Backing up a Drupal Database

I was just dumping a database using mysqldump and I noticed that tables such as cache (and its cousins cache_page, cache_menu, etc), sessions and watchdog can be pretty big and are also not often essential for backing up. I mean, when you restore your web site do you really care about restoring people's logged in sessions from when the backup took place? I can understand maybe keeping watchdog; but then again should you lose your site you would probably lose it several hours after the backup so would miss out on any relevant watchdog notices.
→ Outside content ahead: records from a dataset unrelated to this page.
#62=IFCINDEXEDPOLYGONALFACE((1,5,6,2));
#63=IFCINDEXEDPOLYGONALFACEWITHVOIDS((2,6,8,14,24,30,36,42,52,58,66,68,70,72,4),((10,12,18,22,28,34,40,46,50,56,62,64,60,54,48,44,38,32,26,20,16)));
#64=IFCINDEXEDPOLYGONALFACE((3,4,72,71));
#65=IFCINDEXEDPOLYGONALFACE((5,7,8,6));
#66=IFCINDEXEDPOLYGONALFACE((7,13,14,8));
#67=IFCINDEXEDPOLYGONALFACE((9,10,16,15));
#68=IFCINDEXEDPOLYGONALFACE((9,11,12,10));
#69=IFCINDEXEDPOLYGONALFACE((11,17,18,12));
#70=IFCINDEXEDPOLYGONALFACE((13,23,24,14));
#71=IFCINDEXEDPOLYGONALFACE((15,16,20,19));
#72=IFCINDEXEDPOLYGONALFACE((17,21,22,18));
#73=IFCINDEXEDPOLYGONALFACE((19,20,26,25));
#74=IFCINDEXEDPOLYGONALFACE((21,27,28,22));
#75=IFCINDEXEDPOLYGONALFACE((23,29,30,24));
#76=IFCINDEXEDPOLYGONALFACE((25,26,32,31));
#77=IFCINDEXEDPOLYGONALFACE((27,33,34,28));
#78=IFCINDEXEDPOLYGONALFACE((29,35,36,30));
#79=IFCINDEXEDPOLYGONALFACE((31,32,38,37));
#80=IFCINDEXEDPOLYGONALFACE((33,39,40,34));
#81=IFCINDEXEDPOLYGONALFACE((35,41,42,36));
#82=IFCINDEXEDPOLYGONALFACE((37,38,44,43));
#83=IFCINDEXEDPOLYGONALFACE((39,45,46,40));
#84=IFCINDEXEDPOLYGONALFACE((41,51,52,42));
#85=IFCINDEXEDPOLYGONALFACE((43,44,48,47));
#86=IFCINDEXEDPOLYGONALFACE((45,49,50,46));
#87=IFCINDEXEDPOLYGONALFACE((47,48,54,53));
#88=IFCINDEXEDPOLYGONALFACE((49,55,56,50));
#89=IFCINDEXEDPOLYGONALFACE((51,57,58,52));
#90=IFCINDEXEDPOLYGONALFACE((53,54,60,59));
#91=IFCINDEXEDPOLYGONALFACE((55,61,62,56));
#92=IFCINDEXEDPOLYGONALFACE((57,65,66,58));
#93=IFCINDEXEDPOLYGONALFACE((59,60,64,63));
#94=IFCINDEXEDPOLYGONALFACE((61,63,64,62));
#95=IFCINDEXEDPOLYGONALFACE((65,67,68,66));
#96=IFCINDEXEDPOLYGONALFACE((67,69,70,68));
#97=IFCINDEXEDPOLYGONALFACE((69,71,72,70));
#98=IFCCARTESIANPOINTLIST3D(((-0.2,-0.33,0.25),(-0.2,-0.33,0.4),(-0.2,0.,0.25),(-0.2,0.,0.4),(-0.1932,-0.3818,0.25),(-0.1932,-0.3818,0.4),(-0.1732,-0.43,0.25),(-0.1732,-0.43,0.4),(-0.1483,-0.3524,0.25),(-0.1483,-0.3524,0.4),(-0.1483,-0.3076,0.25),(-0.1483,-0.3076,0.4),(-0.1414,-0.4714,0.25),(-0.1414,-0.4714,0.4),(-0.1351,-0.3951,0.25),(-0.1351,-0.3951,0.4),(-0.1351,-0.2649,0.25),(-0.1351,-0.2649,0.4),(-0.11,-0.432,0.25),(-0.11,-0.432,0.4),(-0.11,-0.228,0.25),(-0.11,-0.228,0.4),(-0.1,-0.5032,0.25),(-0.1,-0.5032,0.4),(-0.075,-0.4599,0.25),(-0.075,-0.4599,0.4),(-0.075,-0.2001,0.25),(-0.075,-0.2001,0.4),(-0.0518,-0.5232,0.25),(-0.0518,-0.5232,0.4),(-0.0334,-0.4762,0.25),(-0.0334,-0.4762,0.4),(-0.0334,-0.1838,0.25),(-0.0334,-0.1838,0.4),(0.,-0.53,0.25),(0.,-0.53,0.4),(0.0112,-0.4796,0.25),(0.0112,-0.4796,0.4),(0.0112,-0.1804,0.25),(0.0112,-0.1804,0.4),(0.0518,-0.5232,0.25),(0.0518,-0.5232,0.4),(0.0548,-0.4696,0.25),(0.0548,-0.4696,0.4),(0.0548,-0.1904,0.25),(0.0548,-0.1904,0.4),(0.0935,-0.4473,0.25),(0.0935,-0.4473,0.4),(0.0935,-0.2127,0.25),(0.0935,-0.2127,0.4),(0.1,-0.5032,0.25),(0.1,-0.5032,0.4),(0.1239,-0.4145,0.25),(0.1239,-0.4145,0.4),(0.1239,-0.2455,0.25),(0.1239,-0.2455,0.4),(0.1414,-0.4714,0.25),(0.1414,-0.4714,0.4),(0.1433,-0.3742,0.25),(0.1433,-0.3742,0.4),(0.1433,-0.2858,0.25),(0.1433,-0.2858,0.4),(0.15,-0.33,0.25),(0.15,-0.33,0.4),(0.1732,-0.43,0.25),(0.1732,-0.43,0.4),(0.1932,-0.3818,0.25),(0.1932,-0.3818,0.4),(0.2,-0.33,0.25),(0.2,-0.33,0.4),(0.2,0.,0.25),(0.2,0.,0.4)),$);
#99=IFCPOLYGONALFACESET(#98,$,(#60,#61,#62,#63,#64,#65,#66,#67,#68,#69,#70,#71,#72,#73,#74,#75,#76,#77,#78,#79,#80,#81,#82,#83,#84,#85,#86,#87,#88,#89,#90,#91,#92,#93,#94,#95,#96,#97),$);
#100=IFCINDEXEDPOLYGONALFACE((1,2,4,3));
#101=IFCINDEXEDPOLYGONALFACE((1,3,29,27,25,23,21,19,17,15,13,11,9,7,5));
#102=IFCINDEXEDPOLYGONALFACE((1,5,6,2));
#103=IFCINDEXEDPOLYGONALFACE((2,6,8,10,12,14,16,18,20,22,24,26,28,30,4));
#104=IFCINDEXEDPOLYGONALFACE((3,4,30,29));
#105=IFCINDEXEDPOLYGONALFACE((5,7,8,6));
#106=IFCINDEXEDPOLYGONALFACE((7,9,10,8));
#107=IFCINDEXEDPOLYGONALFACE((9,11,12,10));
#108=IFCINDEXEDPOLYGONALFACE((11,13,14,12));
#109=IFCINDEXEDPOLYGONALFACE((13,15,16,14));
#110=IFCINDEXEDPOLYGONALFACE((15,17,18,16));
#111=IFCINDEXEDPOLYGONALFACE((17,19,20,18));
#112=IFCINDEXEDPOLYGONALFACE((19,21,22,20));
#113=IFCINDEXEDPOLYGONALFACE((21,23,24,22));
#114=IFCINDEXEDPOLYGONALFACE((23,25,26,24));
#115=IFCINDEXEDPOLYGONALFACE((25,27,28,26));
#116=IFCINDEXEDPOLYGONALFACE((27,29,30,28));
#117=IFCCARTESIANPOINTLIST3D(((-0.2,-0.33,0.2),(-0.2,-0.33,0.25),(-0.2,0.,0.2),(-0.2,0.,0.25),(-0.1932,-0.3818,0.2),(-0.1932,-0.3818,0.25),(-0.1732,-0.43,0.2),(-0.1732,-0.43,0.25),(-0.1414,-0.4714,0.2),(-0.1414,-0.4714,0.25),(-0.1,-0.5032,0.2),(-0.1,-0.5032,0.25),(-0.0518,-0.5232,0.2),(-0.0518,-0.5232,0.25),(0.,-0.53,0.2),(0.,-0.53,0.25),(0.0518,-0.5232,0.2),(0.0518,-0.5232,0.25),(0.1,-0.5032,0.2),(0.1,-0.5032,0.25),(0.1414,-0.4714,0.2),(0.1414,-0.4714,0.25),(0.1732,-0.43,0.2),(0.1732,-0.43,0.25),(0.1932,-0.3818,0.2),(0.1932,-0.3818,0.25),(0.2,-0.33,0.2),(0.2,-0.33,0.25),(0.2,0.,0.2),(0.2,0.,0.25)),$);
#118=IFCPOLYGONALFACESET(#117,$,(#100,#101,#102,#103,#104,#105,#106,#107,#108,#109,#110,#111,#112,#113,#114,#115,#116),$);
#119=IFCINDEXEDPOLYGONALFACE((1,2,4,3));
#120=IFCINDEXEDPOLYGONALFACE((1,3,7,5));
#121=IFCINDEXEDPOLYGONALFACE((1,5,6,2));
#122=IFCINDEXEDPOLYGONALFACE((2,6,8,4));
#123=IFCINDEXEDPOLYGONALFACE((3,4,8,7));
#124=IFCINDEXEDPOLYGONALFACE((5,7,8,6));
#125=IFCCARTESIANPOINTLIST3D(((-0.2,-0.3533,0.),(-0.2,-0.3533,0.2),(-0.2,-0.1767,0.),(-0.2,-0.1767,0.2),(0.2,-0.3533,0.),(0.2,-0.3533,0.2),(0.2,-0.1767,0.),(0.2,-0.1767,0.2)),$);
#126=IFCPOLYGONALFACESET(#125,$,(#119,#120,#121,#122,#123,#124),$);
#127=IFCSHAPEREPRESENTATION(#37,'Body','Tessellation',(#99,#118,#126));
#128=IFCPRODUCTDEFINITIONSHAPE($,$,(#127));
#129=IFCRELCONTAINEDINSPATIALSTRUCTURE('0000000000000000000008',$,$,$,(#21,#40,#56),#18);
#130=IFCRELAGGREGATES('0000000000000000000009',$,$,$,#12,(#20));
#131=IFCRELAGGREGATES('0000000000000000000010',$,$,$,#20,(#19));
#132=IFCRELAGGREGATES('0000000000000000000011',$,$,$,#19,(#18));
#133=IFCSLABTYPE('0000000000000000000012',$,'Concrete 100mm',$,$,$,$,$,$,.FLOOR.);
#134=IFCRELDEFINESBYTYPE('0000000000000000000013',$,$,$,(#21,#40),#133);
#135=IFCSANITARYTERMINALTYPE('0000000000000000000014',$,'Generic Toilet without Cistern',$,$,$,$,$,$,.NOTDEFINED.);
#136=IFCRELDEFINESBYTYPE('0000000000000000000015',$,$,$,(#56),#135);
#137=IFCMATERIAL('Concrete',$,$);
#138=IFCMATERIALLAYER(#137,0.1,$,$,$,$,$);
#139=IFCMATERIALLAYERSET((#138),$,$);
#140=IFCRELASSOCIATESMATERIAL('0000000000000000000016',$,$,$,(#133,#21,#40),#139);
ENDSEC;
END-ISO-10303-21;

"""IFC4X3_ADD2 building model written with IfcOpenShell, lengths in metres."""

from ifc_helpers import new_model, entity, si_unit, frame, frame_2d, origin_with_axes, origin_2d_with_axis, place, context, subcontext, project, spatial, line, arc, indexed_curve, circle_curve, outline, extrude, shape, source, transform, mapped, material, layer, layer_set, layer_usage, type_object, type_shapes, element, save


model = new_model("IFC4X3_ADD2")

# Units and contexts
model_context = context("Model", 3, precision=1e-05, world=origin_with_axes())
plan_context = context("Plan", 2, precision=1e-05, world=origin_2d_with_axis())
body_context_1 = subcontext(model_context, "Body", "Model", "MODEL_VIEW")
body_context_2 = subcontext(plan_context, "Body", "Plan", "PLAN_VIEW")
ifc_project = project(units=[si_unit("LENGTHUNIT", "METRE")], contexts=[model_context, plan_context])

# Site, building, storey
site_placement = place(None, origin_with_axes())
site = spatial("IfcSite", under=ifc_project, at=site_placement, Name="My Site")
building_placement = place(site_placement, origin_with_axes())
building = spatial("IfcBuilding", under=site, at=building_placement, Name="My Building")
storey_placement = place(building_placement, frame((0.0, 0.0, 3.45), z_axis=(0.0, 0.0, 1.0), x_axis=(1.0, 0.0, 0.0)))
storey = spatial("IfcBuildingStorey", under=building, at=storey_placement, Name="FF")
Anywho… I did a mysqdump for a large database for a website I maintain and the dump came out at 400Mb. I then spent a few minutes cobling together a small script which would do a mysqldump but had some pre-programmed Regular Expressions to match specific groups of tables which it would only dump the structure for (ie, no data). After running this script, the SQL dump was only 220Mb. Much better! It also runs considerable quicker too and will cause less table locking.

So - the script?

#!/bin/bash

# Define DB Login
USER="username"
PASS="password"

# Get the database from the commandline
DB=$1

# Define the 'structure only' tables
STRUCTURE_ONLY="/^(prefix1_|prefix2_)?(watchdog|sessions|cache(_.+)?)$/"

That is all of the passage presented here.